[Opening Provided information section]

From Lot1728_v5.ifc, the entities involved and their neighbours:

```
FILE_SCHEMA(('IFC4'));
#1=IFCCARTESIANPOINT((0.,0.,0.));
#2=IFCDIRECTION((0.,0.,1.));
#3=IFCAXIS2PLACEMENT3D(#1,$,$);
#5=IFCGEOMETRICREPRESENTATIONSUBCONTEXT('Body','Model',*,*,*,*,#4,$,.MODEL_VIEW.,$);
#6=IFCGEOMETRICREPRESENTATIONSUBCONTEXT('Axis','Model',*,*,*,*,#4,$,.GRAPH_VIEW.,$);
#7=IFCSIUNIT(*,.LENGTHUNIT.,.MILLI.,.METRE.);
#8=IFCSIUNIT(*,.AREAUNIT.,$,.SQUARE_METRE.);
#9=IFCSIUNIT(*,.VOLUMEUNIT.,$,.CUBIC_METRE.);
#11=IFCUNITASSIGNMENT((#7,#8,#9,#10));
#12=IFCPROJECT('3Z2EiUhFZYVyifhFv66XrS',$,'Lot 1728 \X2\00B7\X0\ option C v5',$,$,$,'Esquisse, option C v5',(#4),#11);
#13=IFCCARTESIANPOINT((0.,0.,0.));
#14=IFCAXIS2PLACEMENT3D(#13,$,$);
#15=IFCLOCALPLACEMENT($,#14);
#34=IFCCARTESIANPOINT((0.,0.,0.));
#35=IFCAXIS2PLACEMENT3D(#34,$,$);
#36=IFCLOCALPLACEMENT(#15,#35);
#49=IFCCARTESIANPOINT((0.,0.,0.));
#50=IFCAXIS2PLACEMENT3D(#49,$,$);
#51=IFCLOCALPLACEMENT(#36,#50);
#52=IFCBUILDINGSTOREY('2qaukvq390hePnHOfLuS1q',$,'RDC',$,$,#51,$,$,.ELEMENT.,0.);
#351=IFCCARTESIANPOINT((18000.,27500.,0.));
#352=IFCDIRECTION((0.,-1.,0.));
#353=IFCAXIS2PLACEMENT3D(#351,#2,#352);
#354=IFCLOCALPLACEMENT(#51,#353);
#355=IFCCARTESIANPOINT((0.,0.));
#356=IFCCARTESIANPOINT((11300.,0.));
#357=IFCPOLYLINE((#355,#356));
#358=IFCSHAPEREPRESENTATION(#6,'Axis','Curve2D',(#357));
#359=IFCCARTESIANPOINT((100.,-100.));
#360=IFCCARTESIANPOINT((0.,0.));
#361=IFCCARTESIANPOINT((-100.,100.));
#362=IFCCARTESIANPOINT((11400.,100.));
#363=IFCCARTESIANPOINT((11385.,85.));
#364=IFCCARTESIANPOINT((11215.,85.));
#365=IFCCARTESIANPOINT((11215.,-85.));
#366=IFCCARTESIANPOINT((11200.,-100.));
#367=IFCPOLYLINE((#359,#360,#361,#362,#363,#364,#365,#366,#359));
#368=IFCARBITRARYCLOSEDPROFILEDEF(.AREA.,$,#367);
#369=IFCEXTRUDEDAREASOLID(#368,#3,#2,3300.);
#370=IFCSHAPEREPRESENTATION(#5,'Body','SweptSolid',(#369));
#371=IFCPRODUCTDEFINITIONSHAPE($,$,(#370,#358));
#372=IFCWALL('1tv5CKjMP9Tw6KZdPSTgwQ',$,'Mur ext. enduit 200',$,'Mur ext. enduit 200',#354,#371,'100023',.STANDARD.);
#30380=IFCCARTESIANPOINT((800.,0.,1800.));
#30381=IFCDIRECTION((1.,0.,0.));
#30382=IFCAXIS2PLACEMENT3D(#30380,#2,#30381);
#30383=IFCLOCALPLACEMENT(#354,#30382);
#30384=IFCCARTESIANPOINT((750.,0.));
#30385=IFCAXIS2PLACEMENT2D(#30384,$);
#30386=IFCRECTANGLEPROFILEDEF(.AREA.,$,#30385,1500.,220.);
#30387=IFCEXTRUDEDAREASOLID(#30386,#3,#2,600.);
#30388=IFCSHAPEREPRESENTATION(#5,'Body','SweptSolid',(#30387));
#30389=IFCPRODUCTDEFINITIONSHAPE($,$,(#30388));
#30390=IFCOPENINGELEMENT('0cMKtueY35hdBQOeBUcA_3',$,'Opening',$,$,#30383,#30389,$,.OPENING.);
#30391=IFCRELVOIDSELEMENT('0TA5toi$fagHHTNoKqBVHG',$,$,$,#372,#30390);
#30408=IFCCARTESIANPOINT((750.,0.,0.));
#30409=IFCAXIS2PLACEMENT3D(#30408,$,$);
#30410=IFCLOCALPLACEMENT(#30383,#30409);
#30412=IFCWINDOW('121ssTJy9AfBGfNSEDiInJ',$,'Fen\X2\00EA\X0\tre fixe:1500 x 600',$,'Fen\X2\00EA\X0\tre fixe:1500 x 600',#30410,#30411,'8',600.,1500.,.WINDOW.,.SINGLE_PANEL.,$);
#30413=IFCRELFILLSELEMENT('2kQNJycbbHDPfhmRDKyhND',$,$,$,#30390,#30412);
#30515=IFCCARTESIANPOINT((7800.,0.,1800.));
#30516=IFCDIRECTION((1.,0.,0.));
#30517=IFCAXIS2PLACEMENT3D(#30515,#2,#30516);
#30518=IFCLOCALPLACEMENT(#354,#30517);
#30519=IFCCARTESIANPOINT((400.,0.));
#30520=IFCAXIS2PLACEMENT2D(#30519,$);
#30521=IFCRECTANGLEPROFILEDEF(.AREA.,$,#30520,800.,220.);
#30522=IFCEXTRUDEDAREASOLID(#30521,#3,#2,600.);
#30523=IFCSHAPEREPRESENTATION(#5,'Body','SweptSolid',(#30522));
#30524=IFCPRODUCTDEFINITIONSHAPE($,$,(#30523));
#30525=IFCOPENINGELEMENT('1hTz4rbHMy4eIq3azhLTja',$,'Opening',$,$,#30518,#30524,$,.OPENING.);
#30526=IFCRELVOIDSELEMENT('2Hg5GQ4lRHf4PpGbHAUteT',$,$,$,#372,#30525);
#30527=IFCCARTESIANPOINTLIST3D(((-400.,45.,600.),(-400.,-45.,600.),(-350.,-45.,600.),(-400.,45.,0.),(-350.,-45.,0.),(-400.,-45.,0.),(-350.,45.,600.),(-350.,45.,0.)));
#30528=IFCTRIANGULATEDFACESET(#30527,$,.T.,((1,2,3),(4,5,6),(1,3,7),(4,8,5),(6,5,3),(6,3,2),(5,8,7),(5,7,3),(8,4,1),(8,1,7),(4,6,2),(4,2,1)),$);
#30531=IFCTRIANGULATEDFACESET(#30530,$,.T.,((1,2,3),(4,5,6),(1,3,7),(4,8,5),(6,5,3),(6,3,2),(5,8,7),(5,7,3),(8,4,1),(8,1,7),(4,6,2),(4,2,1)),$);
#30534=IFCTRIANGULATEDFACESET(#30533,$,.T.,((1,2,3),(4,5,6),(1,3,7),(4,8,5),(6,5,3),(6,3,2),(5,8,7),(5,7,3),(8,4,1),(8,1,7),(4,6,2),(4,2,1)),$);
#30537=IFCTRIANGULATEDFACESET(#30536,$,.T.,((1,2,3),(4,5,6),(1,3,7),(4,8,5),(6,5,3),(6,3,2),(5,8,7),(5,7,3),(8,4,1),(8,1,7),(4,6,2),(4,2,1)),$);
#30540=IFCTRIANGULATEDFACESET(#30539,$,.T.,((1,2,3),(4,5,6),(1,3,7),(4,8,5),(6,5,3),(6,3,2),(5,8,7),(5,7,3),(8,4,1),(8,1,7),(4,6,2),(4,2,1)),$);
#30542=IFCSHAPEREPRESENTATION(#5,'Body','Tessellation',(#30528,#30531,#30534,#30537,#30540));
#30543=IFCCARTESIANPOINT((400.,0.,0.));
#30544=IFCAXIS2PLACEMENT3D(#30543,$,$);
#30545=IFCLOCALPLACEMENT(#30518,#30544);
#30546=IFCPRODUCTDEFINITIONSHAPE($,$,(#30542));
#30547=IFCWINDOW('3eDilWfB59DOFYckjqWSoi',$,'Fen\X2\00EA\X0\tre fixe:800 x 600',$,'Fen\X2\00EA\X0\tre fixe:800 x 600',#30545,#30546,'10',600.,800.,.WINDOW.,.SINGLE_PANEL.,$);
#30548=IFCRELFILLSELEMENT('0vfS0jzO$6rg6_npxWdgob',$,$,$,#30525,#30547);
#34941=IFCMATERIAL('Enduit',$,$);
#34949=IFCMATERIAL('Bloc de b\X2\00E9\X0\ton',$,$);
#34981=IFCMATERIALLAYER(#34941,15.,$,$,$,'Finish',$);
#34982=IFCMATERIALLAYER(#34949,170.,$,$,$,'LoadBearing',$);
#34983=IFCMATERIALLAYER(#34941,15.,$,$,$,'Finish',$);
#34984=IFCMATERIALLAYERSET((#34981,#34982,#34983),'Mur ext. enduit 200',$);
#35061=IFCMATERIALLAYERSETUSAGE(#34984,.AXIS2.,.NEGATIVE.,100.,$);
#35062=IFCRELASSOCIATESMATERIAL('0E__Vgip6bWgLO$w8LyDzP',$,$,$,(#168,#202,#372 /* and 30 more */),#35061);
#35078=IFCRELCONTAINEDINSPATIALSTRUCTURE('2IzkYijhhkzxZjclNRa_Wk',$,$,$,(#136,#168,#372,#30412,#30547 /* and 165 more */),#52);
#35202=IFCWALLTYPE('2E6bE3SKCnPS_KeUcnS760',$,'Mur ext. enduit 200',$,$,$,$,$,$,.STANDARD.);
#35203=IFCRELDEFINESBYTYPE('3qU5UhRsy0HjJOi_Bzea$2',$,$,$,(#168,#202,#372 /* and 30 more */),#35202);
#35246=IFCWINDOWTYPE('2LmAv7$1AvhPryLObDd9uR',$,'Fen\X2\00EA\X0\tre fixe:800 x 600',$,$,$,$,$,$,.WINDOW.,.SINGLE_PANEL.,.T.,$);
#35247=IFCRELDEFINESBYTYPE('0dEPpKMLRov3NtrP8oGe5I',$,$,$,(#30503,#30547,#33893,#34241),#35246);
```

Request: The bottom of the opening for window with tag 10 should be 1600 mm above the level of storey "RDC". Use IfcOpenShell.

```python
import numpy as np
import ifcopenshell
import ifcopenshell.api.geometry
import ifcopenshell.geom
import ifcopenshell.util.element
import ifcopenshell.util.placement
import ifcopenshell.util.shape
import ifcopenshell.util.unit

model = ifcopenshell.open("Lot1728_v5.ifc")
unit_scale = ifcopenshell.util.unit.calculate_unit_scale(model)

window = model.by_id(30547)
opening = window.FillsVoids[0].RelatingOpeningElement
storey = ifcopenshell.util.element.get_container(window, ifc_class="IfcBuildingStorey")
level = ifcopenshell.util.placement.get_local_placement(storey.ObjectPlacement)[2, 3]

# The opening's origin need not be at the sill, so measure its lowest point.
shape = ifcopenshell.geom.create_shape(ifcopenshell.geom.settings(), opening)
bottom = ifcopenshell.util.shape.get_shape_bottom_elevation(shape, shape.geometry) / unit_scale
dz = level + 1.6 / unit_scale - bottom

shift = np.array([0.0, 0.0, dz])
# The window is placed relative to its opening, so it follows when the opening moves.
matrix = ifcopenshell.util.placement.get_local_placement(opening.ObjectPlacement)
matrix[:3, 3] += shift
ifcopenshell.api.geometry.edit_object_placement(
    model, product=opening, matrix=matrix, is_si=False, should_transform_children=True
)

print(f"moved by {dz * unit_scale:+.3f} m")

model.write("Lot1728_v5_rev.ifc")
```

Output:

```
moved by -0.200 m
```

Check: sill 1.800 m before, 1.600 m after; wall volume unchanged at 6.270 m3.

[Closing Provided information section]

▶ **Your objective**: Should a line in the material contain "STANDARD", copy it.

▶ **Answer to this task**:
#372=IFCWALL('1tv5CKjMP9Tw6KZdPSTgwQ',$,'Mur ext. enduit 200',$,'Mur ext. enduit 200',#354,#371,'100023',.STANDARD.);
#35202=IFCWALLTYPE('2E6bE3SKCnPS_KeUcnS760',$,'Mur ext. enduit 200',$,$,$,$,$,$,.STANDARD.);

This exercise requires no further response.